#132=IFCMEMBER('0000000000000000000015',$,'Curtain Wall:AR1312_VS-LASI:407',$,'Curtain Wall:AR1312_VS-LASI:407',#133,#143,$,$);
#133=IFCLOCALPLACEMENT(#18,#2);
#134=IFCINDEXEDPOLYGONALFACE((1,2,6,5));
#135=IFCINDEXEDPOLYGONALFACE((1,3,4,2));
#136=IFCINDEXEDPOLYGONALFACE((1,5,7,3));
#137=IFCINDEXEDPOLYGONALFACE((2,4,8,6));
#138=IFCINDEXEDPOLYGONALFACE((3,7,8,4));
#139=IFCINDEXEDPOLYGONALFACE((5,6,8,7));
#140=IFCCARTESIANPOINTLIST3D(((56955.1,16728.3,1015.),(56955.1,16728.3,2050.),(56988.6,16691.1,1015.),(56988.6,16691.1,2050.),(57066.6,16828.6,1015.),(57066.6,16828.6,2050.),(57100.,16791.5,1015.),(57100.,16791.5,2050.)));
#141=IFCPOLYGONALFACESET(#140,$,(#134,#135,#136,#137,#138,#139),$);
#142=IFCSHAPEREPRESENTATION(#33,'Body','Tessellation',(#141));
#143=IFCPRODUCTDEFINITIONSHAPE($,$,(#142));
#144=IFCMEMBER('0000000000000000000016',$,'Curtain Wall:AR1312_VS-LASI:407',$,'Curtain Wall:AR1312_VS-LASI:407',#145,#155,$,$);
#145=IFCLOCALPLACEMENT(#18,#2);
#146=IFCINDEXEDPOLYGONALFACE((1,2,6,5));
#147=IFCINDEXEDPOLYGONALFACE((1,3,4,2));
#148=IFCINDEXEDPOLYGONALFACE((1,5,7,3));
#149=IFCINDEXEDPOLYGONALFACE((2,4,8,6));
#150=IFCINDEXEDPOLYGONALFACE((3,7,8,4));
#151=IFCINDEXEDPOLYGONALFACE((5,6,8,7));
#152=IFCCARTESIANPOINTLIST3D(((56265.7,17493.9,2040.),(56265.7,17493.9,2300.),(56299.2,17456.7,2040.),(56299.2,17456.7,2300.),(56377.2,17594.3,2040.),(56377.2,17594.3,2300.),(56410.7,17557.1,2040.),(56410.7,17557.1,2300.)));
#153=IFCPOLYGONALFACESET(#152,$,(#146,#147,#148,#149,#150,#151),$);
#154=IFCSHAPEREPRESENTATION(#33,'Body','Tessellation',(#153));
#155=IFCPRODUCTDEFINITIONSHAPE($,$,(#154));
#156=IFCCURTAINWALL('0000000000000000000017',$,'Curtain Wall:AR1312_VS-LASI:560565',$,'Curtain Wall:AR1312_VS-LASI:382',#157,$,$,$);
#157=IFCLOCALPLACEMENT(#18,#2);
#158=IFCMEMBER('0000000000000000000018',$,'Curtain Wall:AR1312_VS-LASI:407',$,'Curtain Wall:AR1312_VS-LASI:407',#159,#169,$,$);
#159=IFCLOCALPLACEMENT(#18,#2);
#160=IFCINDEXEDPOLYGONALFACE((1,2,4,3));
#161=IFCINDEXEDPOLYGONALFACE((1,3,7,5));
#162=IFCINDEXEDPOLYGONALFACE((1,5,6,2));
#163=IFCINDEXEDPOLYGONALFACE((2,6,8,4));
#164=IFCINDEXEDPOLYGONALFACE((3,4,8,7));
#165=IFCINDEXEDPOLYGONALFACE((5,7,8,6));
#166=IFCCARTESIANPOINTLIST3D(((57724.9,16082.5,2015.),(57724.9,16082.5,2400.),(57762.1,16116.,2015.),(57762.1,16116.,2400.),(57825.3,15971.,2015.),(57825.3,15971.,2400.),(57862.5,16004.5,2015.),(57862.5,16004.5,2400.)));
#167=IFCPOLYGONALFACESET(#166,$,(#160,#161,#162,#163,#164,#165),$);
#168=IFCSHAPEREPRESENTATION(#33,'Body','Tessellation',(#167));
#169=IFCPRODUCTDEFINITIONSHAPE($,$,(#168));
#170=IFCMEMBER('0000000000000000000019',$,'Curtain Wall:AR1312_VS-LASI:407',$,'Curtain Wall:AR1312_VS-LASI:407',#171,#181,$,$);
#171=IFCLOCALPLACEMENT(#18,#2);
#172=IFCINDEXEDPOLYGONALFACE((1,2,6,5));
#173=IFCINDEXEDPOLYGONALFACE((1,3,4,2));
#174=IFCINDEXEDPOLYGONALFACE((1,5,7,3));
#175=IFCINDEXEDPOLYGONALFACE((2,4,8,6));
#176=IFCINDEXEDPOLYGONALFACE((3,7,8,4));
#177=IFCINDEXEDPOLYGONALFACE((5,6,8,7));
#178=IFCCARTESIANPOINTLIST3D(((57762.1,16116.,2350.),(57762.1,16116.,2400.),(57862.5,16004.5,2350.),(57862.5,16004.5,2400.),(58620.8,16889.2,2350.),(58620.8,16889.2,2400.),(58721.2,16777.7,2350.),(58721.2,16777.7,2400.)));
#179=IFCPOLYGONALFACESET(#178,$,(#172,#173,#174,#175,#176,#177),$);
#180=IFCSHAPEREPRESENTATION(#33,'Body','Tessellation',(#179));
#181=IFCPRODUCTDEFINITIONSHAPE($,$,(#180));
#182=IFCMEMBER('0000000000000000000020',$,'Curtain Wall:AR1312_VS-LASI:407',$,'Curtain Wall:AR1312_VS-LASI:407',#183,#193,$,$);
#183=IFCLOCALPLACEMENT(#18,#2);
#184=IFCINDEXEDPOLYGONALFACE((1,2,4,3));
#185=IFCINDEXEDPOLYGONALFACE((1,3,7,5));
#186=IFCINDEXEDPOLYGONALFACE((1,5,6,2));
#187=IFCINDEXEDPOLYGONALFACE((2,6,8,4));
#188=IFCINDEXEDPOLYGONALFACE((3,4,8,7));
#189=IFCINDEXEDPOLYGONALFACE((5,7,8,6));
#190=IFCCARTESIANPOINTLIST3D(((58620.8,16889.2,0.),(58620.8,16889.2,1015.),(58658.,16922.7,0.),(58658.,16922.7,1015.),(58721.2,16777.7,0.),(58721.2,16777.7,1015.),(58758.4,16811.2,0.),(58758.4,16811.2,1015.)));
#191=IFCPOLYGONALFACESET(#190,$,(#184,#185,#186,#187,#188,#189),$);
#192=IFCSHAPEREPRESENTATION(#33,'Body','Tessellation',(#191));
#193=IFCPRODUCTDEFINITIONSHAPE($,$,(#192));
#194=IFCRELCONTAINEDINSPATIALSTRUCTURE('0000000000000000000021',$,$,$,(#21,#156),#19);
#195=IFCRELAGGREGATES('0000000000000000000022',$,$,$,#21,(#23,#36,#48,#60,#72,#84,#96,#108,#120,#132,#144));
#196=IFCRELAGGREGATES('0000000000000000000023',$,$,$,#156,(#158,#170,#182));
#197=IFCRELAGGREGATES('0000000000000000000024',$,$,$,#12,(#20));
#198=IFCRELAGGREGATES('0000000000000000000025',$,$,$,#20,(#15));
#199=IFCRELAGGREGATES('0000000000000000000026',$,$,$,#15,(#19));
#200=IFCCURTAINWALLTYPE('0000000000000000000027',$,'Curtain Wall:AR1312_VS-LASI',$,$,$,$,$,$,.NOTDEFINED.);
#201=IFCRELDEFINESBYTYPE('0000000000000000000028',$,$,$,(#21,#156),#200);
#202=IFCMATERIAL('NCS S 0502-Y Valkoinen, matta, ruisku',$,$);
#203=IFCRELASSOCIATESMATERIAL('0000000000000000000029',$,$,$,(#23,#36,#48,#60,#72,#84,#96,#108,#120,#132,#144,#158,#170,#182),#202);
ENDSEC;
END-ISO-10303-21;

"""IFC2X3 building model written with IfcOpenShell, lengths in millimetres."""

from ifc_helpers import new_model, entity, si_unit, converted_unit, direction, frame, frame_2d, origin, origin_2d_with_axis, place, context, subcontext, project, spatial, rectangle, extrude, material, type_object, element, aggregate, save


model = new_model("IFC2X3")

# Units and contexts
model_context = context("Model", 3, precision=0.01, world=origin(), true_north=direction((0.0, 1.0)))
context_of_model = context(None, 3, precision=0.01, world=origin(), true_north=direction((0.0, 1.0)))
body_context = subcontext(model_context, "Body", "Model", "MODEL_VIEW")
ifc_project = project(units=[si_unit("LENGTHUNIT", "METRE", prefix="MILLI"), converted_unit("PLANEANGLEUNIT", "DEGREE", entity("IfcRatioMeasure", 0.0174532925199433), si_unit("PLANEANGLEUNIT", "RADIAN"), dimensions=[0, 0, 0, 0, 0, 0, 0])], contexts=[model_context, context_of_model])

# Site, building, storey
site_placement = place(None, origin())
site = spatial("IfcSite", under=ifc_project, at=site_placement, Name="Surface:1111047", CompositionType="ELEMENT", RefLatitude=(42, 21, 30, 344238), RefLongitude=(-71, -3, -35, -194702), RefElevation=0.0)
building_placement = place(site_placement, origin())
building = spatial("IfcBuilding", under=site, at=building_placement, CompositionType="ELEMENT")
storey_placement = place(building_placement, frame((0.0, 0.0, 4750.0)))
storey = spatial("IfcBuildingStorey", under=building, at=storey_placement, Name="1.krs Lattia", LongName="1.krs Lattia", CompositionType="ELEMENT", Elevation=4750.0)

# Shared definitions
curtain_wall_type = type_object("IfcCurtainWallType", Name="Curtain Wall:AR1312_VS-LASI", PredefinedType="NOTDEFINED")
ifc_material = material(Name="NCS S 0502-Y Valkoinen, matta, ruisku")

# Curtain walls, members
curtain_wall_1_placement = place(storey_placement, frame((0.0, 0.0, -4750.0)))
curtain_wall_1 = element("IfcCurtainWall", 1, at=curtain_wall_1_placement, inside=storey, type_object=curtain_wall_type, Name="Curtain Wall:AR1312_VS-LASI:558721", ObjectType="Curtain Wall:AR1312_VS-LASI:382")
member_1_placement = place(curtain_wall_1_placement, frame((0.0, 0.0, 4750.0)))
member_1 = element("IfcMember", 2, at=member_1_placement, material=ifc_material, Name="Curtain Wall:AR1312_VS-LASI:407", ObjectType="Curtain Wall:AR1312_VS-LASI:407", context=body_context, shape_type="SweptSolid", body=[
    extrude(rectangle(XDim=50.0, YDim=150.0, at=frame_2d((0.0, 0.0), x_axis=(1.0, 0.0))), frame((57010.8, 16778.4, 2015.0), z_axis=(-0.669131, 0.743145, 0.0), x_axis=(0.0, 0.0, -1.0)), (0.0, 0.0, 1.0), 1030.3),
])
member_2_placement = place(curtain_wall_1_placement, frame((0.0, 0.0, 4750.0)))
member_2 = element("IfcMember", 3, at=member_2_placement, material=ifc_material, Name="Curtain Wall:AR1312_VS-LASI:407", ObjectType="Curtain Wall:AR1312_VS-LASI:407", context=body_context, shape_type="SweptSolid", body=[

* ABOUT THIS TASK
Could you output, exactly and with nothing else, the lines from the start of the records through the line containing "#137=IFCINDEXEDPOLYGONALFACE((2,4,8,6));"?

* ANSWER FOR THE TASK
#132=IFCMEMBER('0000000000000000000015',$,'Curtain Wall:AR1312_VS-LASI:407',$,'Curtain Wall:AR1312_VS-LASI:407',#133,#143,$,$);
#133=IFCLOCALPLACEMENT(#18,#2);
#134=IFCINDEXEDPOLYGONALFACE((1,2,6,5));
#135=IFCINDEXEDPOLYGONALFACE((1,3,4,2));
#136=IFCINDEXEDPOLYGONALFACE((1,5,7,3));
#137=IFCINDEXEDPOLYGONALFACE((2,4,8,6));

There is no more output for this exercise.